→ **Study material**:
________________________

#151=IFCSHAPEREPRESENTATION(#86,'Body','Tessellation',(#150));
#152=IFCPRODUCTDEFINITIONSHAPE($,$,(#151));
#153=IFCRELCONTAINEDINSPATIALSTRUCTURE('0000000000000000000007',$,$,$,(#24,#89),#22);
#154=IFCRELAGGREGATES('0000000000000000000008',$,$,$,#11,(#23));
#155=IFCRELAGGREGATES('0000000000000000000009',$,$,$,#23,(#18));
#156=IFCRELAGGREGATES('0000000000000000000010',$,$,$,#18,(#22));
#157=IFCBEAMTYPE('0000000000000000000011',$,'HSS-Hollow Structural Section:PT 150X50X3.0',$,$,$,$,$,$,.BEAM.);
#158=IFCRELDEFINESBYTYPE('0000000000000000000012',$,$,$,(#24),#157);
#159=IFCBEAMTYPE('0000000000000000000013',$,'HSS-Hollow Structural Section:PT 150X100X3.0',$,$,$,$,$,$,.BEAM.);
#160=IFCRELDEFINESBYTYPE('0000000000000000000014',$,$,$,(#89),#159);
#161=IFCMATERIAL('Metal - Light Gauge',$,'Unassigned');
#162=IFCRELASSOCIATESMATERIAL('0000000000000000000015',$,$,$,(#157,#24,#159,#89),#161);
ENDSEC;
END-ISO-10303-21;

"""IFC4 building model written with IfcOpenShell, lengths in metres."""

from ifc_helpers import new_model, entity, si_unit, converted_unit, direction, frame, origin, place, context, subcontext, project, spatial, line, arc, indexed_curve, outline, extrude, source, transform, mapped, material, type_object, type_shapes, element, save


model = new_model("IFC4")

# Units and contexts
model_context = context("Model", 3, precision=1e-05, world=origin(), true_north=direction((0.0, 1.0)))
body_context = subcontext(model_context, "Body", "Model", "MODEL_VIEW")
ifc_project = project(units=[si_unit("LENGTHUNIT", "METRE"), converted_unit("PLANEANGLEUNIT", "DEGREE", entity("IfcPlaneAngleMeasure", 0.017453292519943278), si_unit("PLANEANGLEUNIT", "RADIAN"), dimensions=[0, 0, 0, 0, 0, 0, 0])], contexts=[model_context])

________________________

→ **What to do**: Transcribe the entire listing above exactly as written.

→ **Solution for this problem**:
#151=IFCSHAPEREPRESENTATION(#86,'Body','Tessellation',(#150));
#152=IFCPRODUCTDEFINITIONSHAPE($,$,(#151));
#153=IFCRELCONTAINEDINSPATIALSTRUCTURE('0000000000000000000007',$,$,$,(#24,#89),#22);
#154=IFCRELAGGREGATES('0000000000000000000008',$,$,$,#11,(#23));
#155=IFCRELAGGREGATES('0000000000000000000009',$,$,$,#23,(#18));
#156=IFCRELAGGREGATES('0000000000000000000010',$,$,$,#18,(#22));
#157=IFCBEAMTYPE('0000000000000000000011',$,'HSS-Hollow Structural Section:PT 150X50X3.0',$,$,$,$,$,$,.BEAM.);
#158=IFCRELDEFINESBYTYPE('0000000000000000000012',$,$,$,(#24),#157);
#159=IFCBEAMTYPE('0000000000000000000013',$,'HSS-Hollow Structural Section:PT 150X100X3.0',$,$,$,$,$,$,.BEAM.);
#160=IFCRELDEFINESBYTYPE('0000000000000000000014',$,$,$,(#89),#159);
#161=IFCMATERIAL('Metal - Light Gauge',$,'Unassigned');
#162=IFCRELASSOCIATESMATERIAL('0000000000000000000015',$,$,$,(#157,#24,#159,#89),#161);
ENDSEC;
END-ISO-10303-21;

"""IFC4 building model written with IfcOpenShell, lengths in metres."""

from ifc_helpers import new_model, entity, si_unit, converted_unit, direction, frame, origin, place, context, subcontext, project, spatial, line, arc, indexed_curve, outline, extrude, source, transform, mapped, material, type_object, type_shapes, element, save


model = new_model("IFC4")

# Units and contexts
model_context = context("Model", 3, precision=1e-05, world=origin(), true_north=direction((0.0, 1.0)))
body_context = subcontext(model_context, "Body", "Model", "MODEL_VIEW")
ifc_project = project(units=[si_unit("LENGTHUNIT", "METRE"), converted_unit("PLANEANGLEUNIT", "DEGREE", entity("IfcPlaneAngleMeasure", 0.017453292519943278), si_unit("PLANEANGLEUNIT", "RADIAN"), dimensions=[0, 0, 0, 0, 0, 0, 0])], contexts=[model_context])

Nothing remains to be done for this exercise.